## What the task asks
Report all lines of the records that contain "door".

## Stored items
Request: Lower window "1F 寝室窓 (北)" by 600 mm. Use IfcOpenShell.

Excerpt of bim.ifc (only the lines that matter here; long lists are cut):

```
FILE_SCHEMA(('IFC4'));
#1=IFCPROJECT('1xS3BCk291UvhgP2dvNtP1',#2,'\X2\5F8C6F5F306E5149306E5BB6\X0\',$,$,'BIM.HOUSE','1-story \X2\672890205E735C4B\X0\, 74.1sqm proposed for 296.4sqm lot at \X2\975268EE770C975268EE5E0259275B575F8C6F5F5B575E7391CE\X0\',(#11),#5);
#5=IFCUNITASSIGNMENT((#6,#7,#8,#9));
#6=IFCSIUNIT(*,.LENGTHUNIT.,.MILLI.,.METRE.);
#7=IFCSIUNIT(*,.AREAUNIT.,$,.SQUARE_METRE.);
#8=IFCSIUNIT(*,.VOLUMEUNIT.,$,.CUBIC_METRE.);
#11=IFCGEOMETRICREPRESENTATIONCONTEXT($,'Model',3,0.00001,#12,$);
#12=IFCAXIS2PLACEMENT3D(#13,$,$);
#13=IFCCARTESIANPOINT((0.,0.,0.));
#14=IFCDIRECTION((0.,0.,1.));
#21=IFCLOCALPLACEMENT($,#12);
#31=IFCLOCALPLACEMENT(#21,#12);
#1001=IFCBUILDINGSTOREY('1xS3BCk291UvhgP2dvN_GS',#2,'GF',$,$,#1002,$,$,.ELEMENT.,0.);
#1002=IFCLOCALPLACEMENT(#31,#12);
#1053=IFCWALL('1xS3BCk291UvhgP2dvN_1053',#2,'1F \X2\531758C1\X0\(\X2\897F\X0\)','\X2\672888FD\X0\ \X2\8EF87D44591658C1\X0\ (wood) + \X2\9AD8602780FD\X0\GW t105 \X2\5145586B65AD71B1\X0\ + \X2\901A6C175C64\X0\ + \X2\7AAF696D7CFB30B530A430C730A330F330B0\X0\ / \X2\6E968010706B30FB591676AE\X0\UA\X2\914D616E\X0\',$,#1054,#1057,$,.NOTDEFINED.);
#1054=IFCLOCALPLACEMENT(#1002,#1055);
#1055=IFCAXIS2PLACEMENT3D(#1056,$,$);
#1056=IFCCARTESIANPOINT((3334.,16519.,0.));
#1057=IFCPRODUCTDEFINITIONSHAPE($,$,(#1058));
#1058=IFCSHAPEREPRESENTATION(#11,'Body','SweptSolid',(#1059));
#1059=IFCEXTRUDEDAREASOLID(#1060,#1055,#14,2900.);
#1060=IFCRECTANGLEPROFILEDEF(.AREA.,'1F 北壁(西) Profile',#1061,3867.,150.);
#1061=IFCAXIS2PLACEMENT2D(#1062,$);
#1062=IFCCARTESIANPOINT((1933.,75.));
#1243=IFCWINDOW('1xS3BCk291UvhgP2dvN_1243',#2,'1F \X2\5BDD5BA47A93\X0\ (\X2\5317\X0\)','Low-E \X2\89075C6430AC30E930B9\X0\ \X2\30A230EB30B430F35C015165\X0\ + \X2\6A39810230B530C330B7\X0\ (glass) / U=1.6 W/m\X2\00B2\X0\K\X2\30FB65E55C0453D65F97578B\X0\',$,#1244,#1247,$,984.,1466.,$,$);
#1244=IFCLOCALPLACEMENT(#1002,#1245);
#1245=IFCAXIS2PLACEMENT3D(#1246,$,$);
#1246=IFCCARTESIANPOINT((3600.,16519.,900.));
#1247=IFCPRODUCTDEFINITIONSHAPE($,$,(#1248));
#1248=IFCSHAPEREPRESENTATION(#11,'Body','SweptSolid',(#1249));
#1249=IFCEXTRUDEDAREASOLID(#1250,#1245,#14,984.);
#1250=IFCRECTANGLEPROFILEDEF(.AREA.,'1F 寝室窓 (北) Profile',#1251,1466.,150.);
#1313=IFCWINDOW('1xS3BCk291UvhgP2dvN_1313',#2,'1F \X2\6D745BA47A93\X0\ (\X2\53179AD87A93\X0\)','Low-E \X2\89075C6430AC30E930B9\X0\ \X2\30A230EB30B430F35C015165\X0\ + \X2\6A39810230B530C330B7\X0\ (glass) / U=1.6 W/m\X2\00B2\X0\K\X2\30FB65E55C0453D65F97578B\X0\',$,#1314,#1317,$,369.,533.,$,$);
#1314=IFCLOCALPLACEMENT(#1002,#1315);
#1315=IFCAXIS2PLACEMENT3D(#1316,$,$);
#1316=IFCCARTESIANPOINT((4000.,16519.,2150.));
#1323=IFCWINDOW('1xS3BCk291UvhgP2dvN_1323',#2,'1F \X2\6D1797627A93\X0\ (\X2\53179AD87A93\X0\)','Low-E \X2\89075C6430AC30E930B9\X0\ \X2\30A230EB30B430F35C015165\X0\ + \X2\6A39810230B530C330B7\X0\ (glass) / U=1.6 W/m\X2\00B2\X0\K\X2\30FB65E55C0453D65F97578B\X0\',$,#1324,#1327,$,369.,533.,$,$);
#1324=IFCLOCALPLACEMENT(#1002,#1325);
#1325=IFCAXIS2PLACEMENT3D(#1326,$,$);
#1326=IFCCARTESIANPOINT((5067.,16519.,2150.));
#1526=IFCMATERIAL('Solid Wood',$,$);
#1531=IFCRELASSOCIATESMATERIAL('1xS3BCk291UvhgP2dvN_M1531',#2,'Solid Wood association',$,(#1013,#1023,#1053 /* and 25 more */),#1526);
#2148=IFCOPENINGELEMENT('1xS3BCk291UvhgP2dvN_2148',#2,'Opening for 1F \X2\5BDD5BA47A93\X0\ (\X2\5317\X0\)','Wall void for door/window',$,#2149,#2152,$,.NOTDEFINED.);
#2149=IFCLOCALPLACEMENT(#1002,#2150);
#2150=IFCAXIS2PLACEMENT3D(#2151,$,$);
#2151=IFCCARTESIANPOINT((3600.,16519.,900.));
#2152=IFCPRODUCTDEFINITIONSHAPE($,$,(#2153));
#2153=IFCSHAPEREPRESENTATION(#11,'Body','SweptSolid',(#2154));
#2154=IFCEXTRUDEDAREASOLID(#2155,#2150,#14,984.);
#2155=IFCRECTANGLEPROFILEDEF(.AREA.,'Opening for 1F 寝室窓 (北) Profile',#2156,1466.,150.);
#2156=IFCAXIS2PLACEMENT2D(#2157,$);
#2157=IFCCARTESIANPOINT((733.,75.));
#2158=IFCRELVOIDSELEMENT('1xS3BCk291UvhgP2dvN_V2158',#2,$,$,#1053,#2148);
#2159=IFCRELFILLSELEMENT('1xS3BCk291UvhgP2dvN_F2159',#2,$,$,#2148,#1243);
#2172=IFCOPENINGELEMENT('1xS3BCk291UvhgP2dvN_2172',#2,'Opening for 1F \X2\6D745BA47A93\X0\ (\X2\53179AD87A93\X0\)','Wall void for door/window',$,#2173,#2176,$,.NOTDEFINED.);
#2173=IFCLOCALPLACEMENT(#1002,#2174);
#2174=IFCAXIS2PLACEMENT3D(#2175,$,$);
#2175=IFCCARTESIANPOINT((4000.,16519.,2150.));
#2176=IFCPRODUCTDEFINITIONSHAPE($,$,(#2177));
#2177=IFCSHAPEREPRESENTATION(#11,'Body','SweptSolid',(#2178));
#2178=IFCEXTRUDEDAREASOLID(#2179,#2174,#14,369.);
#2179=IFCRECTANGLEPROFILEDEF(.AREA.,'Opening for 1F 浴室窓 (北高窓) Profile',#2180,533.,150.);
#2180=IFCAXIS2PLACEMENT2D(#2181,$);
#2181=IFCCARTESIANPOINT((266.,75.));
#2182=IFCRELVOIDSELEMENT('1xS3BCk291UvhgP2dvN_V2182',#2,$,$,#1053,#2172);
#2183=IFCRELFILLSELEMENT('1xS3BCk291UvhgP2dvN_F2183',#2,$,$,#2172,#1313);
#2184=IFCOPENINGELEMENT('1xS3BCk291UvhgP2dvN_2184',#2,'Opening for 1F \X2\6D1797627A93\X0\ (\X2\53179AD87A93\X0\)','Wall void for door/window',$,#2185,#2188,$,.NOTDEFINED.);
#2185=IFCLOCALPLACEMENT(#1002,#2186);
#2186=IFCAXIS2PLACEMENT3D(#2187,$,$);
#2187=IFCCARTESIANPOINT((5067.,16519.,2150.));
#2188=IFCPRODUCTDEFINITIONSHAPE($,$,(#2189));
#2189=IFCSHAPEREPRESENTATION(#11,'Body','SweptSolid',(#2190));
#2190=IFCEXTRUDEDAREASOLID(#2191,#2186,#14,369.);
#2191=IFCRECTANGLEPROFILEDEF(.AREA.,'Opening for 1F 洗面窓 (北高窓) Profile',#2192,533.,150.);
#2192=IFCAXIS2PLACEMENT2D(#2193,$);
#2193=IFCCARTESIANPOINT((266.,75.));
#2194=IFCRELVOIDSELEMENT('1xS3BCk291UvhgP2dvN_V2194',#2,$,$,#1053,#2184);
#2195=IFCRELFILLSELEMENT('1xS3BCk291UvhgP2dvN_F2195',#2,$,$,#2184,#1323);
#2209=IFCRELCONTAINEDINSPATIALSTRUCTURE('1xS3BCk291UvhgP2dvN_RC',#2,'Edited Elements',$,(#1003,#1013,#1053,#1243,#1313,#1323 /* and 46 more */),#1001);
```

```python
import numpy as np
import ifcopenshell
import ifcopenshell.api.geometry
import ifcopenshell.util.placement
import ifcopenshell.util.unit

model = ifcopenshell.open("bim.ifc")
unit_scale = ifcopenshell.util.unit.calculate_unit_scale(model)

window = model.by_guid("1xS3BCk291UvhgP2dvN_1243")
opening = window.FillsVoids[0].RelatingOpeningElement
dz = -600.0

shift = np.array([0.0, 0.0, dz])
# The window is not placed relative to its opening, so move both.
for product in (opening, window):
    matrix = ifcopenshell.util.placement.get_local_placement(product.ObjectPlacement)
    matrix[:3, 3] += shift
    ifcopenshell.api.geometry.edit_object_placement(model, product=product, matrix=matrix, is_si=False)

print(f"moved by {dz * unit_scale:+.3f} m")

model.write("bim_updated.ifc")
```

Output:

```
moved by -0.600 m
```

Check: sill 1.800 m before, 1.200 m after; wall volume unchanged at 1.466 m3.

## Answer for the task
#2148=IFCOPENINGELEMENT('1xS3BCk291UvhgP2dvN_2148',#2,'Opening for 1F \X2\5BDD5BA47A93\X0\ (\X2\5317\X0\)','Wall void for door/window',$,#2149,#2152,$,.NOTDEFINED.);
#2172=IFCOPENINGELEMENT('1xS3BCk291UvhgP2dvN_2172',#2,'Opening for 1F \X2\6D745BA47A93\X0\ (\X2\53179AD87A93\X0\)','Wall void for door/window',$,#2173,#2176,$,.NOTDEFINED.);
#2184=IFCOPENINGELEMENT('1xS3BCk291UvhgP2dvN_2184',#2,'Opening for 1F \X2\6D1797627A93\X0\ (\X2\53179AD87A93\X0\)','Wall void for door/window',$,#2185,#2188,$,.NOTDEFINED.);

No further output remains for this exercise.